◆ **Exercise brief**:
All lines from the one containing "#18=IFCINDEXEDPOLYGONALFACE((2,10,16,8));" down to the one containing "#24=IFCINDEXEDPOLYGONALFACE((9,11,12,14,13,15,16,10));", both ends included, are to be given again exactly; omit the rest of the listing below.

--- Data Enclosed Below ---

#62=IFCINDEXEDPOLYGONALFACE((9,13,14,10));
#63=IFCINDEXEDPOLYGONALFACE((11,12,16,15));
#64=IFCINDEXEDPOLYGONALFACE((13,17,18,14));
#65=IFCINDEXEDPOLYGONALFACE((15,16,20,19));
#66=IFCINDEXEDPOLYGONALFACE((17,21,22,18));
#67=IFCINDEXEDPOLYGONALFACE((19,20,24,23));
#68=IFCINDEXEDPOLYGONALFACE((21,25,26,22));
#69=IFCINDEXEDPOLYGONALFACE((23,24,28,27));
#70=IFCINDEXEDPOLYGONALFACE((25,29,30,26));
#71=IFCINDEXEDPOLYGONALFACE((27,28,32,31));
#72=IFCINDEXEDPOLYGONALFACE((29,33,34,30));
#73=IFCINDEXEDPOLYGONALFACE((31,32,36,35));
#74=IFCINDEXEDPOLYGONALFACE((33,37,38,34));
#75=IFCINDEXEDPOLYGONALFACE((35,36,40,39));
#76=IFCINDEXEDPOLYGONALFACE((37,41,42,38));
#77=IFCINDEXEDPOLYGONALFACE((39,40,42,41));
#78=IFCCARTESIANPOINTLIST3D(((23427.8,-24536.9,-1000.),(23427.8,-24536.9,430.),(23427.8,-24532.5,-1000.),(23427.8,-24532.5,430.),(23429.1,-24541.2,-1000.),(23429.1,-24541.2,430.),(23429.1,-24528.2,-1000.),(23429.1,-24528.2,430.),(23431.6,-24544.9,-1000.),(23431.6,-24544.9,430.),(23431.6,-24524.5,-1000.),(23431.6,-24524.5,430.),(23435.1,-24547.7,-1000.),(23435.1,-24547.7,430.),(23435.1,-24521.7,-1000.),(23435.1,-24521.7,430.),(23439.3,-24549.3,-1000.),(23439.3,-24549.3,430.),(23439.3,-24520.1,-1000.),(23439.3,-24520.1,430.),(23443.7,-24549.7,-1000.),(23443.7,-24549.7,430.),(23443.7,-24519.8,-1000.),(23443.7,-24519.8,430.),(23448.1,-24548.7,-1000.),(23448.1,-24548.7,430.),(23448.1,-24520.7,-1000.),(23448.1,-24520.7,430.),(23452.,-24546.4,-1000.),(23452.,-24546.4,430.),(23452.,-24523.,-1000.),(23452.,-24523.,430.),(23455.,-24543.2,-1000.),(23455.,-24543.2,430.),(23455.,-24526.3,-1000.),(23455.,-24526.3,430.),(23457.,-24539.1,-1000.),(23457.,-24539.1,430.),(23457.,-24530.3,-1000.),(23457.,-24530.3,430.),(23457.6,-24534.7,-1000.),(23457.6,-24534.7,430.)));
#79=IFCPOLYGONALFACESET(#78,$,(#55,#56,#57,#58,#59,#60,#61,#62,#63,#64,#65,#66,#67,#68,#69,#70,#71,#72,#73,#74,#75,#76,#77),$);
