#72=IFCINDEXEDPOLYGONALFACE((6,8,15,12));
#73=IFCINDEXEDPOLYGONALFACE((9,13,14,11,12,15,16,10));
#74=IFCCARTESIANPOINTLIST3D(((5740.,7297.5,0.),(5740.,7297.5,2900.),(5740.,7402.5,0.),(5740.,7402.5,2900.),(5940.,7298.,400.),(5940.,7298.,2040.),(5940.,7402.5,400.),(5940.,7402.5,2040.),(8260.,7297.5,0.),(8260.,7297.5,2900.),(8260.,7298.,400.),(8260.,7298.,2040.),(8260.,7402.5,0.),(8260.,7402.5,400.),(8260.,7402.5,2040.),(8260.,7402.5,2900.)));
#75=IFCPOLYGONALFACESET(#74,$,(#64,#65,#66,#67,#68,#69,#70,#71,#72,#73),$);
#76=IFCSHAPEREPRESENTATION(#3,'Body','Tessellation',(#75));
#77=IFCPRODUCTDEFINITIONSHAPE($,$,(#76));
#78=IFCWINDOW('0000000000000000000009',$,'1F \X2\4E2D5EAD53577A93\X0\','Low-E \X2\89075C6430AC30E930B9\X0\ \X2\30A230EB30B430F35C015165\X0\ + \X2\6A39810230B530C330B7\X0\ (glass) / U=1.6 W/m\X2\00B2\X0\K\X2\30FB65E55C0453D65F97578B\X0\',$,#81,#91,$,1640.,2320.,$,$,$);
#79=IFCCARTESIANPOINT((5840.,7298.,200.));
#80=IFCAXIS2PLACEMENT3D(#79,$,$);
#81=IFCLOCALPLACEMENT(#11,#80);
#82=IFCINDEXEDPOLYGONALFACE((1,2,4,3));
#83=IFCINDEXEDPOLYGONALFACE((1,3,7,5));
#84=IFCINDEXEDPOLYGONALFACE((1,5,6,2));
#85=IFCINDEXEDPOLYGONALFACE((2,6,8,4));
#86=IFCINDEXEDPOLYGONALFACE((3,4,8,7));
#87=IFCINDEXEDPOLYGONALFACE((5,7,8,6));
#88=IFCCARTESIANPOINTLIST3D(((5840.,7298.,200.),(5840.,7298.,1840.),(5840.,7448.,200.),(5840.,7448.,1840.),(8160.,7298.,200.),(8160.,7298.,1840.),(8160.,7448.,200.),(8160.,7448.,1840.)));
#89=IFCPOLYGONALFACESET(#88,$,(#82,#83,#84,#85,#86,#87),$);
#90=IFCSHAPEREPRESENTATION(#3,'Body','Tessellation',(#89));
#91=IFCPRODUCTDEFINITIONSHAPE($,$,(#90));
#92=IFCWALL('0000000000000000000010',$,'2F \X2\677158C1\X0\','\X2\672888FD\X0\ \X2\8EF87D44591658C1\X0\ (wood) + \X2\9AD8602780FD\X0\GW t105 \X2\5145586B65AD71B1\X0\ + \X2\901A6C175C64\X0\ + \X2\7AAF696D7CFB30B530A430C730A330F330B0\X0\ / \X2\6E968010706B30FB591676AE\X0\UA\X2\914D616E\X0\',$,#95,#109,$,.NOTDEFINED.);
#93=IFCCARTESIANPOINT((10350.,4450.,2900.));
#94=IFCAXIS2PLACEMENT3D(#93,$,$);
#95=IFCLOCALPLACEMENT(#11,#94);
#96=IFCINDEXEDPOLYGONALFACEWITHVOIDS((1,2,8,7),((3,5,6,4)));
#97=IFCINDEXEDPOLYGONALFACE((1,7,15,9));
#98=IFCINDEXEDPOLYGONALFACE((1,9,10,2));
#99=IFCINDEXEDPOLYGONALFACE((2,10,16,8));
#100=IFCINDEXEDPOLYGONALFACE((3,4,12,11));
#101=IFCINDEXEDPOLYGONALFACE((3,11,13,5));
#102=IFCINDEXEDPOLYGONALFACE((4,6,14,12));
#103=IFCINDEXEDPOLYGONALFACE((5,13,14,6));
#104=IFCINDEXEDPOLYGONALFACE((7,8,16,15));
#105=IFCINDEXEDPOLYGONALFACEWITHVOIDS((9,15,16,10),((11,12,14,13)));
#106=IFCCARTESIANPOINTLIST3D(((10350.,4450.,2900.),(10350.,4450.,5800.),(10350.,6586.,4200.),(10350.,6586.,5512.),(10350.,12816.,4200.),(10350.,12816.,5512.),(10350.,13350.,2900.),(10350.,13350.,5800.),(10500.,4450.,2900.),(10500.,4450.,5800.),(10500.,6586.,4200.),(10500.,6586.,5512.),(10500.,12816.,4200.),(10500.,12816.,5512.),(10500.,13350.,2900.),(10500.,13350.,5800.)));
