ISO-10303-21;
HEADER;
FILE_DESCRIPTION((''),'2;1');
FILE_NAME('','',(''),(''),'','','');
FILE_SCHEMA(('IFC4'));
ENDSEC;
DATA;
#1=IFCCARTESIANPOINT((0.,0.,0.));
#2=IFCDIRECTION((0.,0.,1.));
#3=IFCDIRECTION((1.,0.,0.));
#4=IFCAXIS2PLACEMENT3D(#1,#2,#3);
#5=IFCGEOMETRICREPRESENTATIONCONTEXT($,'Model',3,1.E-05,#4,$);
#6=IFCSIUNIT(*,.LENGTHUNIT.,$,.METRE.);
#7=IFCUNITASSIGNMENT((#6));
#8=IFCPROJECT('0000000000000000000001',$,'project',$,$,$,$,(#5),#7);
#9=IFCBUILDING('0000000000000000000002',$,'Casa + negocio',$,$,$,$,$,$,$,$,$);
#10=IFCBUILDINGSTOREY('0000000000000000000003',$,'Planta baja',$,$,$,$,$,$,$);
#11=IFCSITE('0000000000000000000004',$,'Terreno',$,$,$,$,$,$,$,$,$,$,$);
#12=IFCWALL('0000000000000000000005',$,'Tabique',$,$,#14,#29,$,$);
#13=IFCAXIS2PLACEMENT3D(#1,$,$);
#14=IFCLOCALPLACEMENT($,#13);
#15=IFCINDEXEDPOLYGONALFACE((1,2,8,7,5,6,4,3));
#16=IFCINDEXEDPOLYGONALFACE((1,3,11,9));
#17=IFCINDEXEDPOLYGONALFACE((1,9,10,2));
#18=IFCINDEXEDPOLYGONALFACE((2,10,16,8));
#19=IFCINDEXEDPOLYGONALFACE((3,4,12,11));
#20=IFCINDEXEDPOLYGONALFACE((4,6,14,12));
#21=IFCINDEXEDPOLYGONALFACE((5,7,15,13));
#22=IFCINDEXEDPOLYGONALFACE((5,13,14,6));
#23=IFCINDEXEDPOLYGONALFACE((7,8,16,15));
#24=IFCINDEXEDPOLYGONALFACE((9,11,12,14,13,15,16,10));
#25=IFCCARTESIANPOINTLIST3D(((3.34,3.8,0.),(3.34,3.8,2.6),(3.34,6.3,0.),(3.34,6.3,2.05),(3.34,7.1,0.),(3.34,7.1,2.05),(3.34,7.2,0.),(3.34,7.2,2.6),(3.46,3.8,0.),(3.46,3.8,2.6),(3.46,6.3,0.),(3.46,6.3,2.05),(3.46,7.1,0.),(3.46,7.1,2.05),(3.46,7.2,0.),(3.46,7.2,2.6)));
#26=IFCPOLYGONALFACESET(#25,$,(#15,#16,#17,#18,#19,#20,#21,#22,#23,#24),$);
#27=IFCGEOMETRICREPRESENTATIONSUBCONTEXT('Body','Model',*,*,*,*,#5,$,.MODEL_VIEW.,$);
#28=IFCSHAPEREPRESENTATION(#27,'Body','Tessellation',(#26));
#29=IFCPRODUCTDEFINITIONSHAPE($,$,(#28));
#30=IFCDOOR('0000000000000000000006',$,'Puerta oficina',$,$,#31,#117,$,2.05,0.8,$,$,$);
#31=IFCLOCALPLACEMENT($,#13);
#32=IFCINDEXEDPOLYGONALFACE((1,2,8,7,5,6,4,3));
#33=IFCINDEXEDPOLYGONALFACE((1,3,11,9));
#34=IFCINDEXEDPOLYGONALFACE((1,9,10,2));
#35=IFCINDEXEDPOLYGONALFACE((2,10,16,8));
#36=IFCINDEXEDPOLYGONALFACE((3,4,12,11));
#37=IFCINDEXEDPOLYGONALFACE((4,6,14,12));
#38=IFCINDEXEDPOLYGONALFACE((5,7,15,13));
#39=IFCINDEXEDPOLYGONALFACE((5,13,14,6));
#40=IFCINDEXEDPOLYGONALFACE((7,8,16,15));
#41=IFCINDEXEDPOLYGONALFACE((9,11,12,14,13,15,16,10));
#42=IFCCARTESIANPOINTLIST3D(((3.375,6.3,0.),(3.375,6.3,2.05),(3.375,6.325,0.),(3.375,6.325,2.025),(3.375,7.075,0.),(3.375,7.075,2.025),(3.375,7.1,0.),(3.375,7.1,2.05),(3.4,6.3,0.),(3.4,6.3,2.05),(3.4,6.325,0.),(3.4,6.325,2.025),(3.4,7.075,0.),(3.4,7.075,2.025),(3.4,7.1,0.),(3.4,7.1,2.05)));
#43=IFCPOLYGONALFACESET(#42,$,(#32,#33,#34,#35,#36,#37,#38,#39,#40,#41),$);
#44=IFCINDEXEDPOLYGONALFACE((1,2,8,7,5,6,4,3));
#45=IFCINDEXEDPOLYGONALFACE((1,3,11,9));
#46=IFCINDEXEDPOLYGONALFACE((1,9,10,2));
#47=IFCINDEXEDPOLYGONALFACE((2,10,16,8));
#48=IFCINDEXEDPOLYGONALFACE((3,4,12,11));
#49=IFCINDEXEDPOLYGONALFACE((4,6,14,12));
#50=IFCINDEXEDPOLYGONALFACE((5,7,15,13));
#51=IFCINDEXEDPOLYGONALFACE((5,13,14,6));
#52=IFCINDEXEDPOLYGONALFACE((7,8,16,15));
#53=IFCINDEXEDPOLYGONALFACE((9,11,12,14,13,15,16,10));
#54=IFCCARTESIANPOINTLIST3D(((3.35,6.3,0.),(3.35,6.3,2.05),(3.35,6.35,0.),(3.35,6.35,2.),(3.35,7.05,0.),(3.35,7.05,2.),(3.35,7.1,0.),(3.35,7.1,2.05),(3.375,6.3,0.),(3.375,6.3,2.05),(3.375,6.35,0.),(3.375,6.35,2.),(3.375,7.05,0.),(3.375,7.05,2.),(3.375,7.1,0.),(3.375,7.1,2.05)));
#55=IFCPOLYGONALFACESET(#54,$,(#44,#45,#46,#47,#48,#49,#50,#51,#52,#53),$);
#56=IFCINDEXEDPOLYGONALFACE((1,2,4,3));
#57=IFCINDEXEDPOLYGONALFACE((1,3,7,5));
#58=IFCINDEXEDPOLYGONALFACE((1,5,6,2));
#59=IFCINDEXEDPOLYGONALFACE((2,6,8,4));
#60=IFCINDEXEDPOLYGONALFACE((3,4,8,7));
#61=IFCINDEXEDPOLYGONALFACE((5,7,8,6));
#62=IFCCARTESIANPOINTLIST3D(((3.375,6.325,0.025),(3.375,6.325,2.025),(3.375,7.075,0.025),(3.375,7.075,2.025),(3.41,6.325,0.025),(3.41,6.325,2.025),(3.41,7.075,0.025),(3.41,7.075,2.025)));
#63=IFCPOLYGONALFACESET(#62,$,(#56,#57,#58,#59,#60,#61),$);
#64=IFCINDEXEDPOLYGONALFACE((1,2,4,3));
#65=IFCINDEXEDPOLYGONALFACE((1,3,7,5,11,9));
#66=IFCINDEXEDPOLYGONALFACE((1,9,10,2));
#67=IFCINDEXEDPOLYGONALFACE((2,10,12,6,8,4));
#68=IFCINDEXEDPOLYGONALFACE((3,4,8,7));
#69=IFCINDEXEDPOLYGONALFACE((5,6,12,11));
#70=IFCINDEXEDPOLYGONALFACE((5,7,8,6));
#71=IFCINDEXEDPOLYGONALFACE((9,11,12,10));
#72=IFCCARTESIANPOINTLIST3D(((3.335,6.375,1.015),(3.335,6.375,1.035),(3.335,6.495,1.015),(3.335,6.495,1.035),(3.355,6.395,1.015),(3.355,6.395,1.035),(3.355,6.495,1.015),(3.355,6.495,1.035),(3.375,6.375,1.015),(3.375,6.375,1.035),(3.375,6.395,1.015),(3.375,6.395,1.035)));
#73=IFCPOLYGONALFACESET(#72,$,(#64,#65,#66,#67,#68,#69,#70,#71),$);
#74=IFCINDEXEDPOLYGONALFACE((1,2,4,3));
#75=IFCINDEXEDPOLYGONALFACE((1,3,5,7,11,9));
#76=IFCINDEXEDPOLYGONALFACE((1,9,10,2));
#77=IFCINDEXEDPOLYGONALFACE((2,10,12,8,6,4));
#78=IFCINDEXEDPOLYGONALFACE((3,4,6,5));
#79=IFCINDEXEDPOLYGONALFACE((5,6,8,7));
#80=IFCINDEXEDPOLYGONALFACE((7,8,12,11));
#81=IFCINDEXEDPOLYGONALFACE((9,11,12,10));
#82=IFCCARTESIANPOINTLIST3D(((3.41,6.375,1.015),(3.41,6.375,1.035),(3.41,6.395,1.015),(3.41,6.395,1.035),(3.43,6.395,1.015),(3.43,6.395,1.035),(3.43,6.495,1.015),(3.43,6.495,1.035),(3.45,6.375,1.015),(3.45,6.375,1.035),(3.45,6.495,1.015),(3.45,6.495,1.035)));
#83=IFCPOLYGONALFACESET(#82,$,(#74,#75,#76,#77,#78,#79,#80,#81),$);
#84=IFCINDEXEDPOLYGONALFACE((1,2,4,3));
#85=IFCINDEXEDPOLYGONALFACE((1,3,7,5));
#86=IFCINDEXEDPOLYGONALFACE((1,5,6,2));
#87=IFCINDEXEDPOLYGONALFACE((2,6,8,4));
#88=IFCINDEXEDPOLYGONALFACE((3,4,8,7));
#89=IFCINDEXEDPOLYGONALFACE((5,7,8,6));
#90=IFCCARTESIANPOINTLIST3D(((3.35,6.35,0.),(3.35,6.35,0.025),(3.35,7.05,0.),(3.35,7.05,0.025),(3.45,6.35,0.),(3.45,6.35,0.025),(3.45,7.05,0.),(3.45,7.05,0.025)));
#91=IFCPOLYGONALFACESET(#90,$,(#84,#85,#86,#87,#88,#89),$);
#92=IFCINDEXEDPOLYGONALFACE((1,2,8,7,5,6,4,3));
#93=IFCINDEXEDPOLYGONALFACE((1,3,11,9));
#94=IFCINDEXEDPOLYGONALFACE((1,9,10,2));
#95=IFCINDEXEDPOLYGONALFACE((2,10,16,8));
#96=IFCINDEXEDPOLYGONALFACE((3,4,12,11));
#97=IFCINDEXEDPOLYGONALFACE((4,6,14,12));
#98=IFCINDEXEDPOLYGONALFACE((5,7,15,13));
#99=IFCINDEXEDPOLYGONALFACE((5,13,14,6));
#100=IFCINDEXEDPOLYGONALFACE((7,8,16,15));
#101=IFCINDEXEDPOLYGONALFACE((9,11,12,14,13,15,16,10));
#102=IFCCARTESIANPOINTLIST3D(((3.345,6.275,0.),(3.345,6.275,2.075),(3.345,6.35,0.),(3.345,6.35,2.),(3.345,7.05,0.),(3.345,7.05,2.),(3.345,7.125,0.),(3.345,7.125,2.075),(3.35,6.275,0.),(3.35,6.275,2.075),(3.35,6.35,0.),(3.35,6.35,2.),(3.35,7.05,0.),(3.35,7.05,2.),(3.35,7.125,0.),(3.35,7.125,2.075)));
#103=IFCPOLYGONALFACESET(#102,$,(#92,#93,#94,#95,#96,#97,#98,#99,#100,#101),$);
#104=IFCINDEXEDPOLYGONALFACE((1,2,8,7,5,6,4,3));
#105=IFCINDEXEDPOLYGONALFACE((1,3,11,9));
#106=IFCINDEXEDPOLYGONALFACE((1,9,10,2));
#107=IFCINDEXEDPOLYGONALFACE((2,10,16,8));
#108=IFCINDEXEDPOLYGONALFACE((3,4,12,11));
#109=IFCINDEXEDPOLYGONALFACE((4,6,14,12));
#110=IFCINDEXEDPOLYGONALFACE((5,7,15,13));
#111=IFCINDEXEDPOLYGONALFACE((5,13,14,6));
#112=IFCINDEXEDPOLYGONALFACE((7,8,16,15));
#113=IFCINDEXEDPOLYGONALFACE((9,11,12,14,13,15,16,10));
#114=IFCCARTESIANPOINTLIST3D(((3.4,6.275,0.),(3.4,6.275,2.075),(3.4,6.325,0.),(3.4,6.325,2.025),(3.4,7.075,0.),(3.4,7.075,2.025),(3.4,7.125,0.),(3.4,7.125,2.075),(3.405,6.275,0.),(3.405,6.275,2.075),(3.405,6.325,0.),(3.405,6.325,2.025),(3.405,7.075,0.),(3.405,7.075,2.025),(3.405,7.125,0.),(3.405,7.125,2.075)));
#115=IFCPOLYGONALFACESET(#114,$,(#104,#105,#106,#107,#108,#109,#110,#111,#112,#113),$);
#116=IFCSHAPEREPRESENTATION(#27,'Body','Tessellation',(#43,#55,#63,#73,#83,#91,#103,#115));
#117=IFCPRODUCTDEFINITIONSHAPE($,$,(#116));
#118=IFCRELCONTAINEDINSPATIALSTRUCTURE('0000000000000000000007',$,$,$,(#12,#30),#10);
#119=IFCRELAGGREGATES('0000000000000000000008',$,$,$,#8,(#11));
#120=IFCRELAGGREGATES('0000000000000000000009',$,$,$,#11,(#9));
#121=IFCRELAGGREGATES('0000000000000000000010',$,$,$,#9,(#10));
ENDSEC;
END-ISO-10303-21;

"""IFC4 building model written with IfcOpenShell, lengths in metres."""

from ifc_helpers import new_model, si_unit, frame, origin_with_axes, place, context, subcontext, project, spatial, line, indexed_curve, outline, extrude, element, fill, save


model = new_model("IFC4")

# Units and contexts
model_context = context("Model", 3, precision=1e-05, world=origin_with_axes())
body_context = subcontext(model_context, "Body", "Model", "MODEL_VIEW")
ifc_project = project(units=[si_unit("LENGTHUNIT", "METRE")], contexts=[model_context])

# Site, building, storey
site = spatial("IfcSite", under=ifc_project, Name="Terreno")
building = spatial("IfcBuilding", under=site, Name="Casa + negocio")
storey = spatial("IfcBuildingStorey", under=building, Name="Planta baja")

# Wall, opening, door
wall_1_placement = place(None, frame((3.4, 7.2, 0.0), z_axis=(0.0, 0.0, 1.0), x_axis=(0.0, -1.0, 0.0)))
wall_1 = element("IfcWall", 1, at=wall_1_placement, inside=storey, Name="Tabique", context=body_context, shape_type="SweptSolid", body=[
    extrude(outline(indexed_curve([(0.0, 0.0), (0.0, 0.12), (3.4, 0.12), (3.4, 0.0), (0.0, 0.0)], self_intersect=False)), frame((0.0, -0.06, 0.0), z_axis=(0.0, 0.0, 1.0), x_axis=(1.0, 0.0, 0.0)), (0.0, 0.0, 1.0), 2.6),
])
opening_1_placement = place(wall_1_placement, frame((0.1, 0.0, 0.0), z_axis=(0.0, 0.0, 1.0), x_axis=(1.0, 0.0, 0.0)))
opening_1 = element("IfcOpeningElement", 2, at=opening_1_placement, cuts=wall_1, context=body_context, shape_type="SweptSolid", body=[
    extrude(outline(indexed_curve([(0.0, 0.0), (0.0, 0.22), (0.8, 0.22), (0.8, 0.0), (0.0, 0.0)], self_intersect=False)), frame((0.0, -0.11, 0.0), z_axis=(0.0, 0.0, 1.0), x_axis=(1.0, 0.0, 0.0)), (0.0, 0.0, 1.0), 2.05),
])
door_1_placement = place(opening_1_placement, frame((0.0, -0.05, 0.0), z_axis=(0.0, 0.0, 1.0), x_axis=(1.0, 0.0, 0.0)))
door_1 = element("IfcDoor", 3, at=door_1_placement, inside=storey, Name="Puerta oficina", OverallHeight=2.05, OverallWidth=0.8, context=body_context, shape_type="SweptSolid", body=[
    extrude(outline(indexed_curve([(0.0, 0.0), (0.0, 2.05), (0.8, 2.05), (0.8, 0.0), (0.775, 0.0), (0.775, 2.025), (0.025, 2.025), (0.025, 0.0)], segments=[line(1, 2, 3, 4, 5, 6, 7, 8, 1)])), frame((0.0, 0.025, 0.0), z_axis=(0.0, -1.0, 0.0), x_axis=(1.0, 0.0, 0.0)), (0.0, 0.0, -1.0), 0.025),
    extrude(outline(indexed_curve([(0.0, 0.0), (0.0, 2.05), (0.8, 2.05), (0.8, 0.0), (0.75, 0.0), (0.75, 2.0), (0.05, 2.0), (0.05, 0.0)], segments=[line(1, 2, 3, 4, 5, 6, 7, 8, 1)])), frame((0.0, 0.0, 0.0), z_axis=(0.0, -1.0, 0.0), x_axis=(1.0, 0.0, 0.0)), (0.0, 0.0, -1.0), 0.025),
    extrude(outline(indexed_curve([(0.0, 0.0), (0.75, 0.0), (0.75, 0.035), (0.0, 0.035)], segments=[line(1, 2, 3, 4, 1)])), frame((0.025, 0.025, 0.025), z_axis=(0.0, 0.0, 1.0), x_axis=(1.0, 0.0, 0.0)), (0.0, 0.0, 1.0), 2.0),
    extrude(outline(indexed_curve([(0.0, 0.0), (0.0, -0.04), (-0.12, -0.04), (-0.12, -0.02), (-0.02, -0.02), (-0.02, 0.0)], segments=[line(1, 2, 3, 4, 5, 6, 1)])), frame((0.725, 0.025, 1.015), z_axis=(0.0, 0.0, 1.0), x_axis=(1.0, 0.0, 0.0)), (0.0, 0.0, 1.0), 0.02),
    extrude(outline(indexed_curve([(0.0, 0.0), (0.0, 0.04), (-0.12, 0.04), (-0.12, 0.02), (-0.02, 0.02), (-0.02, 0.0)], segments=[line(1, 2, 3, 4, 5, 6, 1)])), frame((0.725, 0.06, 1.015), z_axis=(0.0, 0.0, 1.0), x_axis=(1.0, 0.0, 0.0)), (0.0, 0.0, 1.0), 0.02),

--- End of Enclosed Data ---

◆ **Problem solution**:
#18=IFCINDEXEDPOLYGONALFACE((2,10,16,8));
#19=IFCINDEXEDPOLYGONALFACE((3,4,12,11));
#20=IFCINDEXEDPOLYGONALFACE((4,6,14,12));
#21=IFCINDEXEDPOLYGONALFACE((5,7,15,13));
#22=IFCINDEXEDPOLYGONALFACE((5,13,14,6));
#23=IFCINDEXEDPOLYGONALFACE((7,8,16,15));
#24=IFCINDEXEDPOLYGONALFACE((9,11,12,14,13,15,16,10));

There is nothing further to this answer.